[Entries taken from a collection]
::::

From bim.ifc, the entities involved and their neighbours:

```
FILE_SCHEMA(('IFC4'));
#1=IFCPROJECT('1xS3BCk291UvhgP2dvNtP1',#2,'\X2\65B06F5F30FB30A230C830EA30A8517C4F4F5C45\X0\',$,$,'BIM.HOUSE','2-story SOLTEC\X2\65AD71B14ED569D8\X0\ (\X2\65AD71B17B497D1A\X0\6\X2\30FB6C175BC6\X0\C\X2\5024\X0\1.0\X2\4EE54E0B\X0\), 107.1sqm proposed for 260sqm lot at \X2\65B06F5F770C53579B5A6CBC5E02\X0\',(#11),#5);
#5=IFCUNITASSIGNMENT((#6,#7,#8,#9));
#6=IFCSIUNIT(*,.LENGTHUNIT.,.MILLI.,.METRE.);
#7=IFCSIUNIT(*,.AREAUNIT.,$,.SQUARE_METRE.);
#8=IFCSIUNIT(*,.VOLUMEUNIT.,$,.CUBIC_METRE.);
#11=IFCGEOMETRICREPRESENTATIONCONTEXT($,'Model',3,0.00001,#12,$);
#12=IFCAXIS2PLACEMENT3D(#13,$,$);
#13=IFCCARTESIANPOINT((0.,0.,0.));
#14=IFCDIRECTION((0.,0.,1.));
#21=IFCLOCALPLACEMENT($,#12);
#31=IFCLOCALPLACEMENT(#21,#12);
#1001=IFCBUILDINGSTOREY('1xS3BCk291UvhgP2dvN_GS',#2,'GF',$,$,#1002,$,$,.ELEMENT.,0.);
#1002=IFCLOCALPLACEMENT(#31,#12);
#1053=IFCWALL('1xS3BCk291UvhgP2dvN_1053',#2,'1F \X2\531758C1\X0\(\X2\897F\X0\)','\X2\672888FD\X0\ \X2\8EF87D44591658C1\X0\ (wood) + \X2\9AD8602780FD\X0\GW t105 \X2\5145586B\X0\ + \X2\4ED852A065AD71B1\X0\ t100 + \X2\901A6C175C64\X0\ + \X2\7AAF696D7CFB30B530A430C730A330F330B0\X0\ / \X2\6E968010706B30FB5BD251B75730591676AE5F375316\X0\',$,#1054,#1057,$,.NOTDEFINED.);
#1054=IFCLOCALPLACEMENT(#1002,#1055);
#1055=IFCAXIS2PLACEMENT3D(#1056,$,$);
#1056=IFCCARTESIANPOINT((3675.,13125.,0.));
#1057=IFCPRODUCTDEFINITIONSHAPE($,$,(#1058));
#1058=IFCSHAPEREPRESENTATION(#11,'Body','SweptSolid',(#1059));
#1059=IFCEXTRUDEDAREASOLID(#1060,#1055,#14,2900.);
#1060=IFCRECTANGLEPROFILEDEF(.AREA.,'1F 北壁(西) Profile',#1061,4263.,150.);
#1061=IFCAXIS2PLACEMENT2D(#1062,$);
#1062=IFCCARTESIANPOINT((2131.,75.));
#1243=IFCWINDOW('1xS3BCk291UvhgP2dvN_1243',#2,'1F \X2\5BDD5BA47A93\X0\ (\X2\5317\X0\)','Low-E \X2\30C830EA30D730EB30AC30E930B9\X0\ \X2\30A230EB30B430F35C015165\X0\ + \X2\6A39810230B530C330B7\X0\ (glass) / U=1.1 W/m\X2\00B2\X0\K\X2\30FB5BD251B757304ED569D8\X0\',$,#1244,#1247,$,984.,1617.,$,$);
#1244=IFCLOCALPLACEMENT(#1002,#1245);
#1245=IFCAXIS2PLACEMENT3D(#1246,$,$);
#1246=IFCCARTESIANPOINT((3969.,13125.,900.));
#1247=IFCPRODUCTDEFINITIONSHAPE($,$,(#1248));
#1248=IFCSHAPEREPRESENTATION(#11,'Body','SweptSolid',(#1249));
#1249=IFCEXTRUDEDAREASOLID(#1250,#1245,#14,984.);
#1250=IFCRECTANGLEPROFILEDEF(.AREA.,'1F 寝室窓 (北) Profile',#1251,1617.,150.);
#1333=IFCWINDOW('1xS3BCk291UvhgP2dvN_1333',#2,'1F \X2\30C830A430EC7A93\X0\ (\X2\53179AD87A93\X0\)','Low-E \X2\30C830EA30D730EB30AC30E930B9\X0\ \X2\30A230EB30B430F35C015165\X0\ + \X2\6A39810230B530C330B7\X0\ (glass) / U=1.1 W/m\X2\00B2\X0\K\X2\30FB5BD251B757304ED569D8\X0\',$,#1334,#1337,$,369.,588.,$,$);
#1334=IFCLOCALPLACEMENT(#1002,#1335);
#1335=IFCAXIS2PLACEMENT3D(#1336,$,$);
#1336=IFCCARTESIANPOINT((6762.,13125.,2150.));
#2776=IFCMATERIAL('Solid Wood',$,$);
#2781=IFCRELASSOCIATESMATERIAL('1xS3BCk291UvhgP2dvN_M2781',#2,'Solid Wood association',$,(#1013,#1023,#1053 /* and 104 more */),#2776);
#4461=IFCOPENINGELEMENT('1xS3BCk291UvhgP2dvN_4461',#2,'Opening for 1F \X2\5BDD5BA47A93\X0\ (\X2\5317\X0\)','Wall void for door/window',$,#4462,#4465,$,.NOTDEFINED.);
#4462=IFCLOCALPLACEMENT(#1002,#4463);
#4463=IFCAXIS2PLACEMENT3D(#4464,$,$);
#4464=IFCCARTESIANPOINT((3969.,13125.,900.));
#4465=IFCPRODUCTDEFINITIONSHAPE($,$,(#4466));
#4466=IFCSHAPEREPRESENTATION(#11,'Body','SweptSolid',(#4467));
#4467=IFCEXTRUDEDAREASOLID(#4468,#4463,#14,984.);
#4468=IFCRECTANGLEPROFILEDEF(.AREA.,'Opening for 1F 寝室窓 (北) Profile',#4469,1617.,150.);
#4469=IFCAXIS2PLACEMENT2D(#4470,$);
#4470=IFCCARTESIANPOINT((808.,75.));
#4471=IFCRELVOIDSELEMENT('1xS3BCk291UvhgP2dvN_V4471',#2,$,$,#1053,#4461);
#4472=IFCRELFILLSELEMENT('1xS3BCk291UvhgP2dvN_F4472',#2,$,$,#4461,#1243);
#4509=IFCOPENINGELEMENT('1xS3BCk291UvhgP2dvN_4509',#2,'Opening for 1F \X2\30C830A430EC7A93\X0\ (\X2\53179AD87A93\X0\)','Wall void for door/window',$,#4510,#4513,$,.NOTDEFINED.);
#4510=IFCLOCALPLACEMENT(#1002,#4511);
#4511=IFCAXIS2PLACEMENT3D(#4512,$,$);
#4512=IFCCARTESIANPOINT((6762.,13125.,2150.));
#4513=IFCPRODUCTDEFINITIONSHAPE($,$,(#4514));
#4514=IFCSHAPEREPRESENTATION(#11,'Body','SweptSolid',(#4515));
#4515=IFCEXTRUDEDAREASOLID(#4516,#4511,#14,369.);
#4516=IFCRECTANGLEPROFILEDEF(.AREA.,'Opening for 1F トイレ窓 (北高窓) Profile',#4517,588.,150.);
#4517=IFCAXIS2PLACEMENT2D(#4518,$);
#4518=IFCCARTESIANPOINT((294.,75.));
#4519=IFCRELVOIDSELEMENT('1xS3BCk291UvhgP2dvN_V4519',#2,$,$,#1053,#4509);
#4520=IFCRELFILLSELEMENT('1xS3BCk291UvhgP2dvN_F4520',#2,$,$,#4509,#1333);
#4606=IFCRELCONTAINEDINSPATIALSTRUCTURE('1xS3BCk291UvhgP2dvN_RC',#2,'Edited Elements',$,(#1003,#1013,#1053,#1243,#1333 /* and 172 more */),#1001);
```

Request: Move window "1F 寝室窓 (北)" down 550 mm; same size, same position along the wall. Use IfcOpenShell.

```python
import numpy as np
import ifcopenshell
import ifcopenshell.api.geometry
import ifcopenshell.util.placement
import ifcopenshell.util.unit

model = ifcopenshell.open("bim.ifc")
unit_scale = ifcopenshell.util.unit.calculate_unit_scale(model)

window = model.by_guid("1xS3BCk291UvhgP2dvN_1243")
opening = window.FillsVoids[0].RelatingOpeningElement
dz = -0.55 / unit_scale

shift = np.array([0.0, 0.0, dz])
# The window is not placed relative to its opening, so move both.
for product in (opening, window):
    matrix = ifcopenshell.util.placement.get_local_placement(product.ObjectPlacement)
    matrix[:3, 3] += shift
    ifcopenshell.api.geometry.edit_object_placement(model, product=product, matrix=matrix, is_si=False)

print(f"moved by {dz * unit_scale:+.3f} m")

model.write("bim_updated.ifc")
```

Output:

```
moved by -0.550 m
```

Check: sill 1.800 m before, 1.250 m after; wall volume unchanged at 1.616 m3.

::::

Your assignment
Scan the lines above, and whenever one holds the string "IFCPRODUCTDEFINITIONSHAPE", copy it.

Solution below
#1057=IFCPRODUCTDEFINITIONSHAPE($,$,(#1058));
#1247=IFCPRODUCTDEFINITIONSHAPE($,$,(#1248));
#4465=IFCPRODUCTDEFINITIONSHAPE($,$,(#4466));
#4513=IFCPRODUCTDEFINITIONSHAPE($,$,(#4514));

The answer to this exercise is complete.